● **Your goal**: Report each line of the data that contains the string "IFCEXTRUDEDAREASOLID".

[Recorded data]

※ ※ ※

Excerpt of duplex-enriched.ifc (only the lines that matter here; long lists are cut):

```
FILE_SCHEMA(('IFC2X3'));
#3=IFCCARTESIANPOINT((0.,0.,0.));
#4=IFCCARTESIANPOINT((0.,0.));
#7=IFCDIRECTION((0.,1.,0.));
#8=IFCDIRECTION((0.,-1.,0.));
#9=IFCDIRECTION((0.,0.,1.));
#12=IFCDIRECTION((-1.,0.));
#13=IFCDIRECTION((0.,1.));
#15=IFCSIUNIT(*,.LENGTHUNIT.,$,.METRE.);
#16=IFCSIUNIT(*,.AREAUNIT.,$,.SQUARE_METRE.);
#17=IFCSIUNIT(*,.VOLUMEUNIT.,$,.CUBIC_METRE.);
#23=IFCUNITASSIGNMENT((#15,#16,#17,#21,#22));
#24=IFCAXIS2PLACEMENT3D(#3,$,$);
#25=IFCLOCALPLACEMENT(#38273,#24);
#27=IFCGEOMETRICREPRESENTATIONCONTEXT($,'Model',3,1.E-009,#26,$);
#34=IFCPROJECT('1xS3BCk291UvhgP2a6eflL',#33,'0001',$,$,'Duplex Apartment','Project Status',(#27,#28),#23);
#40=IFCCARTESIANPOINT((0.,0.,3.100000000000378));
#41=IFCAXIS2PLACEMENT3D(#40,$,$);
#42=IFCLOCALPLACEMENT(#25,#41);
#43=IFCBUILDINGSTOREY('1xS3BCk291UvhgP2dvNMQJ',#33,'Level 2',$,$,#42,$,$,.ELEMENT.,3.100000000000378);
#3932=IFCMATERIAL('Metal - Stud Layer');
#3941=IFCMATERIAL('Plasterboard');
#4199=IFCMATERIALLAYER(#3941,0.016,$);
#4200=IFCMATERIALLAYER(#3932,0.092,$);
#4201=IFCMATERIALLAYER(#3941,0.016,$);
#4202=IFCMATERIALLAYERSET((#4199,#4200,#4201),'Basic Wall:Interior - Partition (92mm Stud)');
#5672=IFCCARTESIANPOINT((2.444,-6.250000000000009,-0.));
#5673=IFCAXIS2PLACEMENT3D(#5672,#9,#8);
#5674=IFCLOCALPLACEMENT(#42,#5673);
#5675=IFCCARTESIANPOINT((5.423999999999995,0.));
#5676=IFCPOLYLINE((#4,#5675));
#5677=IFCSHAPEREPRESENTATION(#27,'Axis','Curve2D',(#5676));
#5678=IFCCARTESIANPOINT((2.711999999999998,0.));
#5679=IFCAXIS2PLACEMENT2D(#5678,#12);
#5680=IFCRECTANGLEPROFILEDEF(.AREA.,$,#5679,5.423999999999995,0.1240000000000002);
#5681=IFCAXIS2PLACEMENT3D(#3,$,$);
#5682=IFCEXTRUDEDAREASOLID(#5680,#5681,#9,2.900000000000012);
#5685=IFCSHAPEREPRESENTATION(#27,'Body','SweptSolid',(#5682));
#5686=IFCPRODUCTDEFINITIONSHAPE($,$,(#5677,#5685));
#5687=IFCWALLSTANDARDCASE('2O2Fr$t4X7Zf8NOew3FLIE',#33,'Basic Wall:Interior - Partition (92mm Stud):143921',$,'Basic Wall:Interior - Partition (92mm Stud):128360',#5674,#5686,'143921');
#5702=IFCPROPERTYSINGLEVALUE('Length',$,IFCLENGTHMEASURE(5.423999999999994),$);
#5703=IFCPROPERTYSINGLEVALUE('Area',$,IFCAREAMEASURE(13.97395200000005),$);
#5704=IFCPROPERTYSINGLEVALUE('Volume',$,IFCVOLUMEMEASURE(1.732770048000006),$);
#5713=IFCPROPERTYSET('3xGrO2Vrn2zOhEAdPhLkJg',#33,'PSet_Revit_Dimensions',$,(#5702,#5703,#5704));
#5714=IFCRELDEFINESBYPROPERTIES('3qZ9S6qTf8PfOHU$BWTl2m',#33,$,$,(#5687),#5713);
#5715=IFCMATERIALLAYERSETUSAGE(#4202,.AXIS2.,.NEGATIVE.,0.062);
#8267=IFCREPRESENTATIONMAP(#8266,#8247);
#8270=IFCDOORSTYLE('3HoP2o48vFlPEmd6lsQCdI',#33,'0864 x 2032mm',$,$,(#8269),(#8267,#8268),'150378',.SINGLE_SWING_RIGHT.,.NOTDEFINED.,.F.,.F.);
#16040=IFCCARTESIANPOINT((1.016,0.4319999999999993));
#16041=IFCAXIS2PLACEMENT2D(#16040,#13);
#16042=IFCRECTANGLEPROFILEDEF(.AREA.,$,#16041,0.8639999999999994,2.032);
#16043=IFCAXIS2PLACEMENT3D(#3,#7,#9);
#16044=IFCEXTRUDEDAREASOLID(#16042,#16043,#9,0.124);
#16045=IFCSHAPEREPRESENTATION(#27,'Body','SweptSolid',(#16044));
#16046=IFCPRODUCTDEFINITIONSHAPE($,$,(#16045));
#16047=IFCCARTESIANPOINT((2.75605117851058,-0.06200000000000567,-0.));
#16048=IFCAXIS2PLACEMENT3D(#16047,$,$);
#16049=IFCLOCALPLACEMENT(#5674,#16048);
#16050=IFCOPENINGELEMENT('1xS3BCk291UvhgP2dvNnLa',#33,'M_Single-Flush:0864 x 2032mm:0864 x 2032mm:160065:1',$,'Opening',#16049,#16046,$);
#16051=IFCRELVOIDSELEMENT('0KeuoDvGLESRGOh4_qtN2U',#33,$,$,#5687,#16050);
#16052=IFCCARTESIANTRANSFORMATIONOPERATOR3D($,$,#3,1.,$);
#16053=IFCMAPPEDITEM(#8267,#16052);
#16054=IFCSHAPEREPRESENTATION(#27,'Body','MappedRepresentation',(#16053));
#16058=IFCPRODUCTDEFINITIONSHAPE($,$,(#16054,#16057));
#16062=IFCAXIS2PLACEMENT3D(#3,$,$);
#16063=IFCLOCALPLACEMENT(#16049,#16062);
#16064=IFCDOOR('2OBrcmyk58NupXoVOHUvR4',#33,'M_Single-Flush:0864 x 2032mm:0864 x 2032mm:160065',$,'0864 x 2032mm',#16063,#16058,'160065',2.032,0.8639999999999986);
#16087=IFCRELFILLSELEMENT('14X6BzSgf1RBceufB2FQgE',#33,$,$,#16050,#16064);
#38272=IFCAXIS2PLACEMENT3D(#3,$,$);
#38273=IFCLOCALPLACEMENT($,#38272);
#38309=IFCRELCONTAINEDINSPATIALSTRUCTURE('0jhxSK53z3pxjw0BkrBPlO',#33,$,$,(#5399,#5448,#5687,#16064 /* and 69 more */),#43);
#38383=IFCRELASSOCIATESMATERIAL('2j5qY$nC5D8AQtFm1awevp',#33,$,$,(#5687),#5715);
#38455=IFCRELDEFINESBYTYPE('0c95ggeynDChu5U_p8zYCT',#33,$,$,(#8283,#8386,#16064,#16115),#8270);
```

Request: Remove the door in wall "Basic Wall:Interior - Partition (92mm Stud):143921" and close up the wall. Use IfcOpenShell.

```python
import ifcopenshell
import ifcopenshell.api.feature
import ifcopenshell.api.pset
import ifcopenshell.api.root
import ifcopenshell.geom
import ifcopenshell.util.element
import ifcopenshell.util.shape
import ifcopenshell.util.unit

model = ifcopenshell.open("duplex-enriched.ifc")
area_scale = ifcopenshell.util.unit.calculate_unit_scale(model, "AREAUNIT")
volume_scale = ifcopenshell.util.unit.calculate_unit_scale(model, "VOLUMEUNIT")
settings = ifcopenshell.geom.settings()


def volume(element):
    """Net volume in cubic metres, openings subtracted."""
    shape = ifcopenshell.geom.create_shape(settings, element)
    return ifcopenshell.util.shape.get_volume(shape.geometry)


door = model.by_guid("2OBrcmyk58NupXoVOHUvR4")
opening = door.FillsVoids[0].RelatingOpeningElement
wall = opening.VoidsElements[0].RelatingBuildingElement
before = volume(wall)

ifcopenshell.api.root.remove_product(model, product=door)
ifcopenshell.api.feature.remove_feature(model, feature=opening)

after = volume(wall)
thickness = 0.124  # wall thickness in metres

# Update the wall's stored quantities.
pset = model.by_id(ifcopenshell.util.element.get_pset(wall, "PSet_Revit_Dimensions", should_inherit=False)["id"])
ifcopenshell.api.pset.edit_pset(model, pset=pset, properties={
    "Area": model.create_entity("IfcAreaMeasure", after / thickness / area_scale),
    "Volume": model.create_entity("IfcVolumeMeasure", after / volume_scale),
})

print(f"wall volume {before:.3f} -> {after:.3f} m3")

model.write("duplex-enriched-out.ifc")
```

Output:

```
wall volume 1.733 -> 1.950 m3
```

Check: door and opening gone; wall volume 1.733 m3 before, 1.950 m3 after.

※ ※ ※

● **Answer section**:
#5682=IFCEXTRUDEDAREASOLID(#5680,#5681,#9,2.900000000000012);
#16044=IFCEXTRUDEDAREASOLID(#16042,#16043,#9,0.124);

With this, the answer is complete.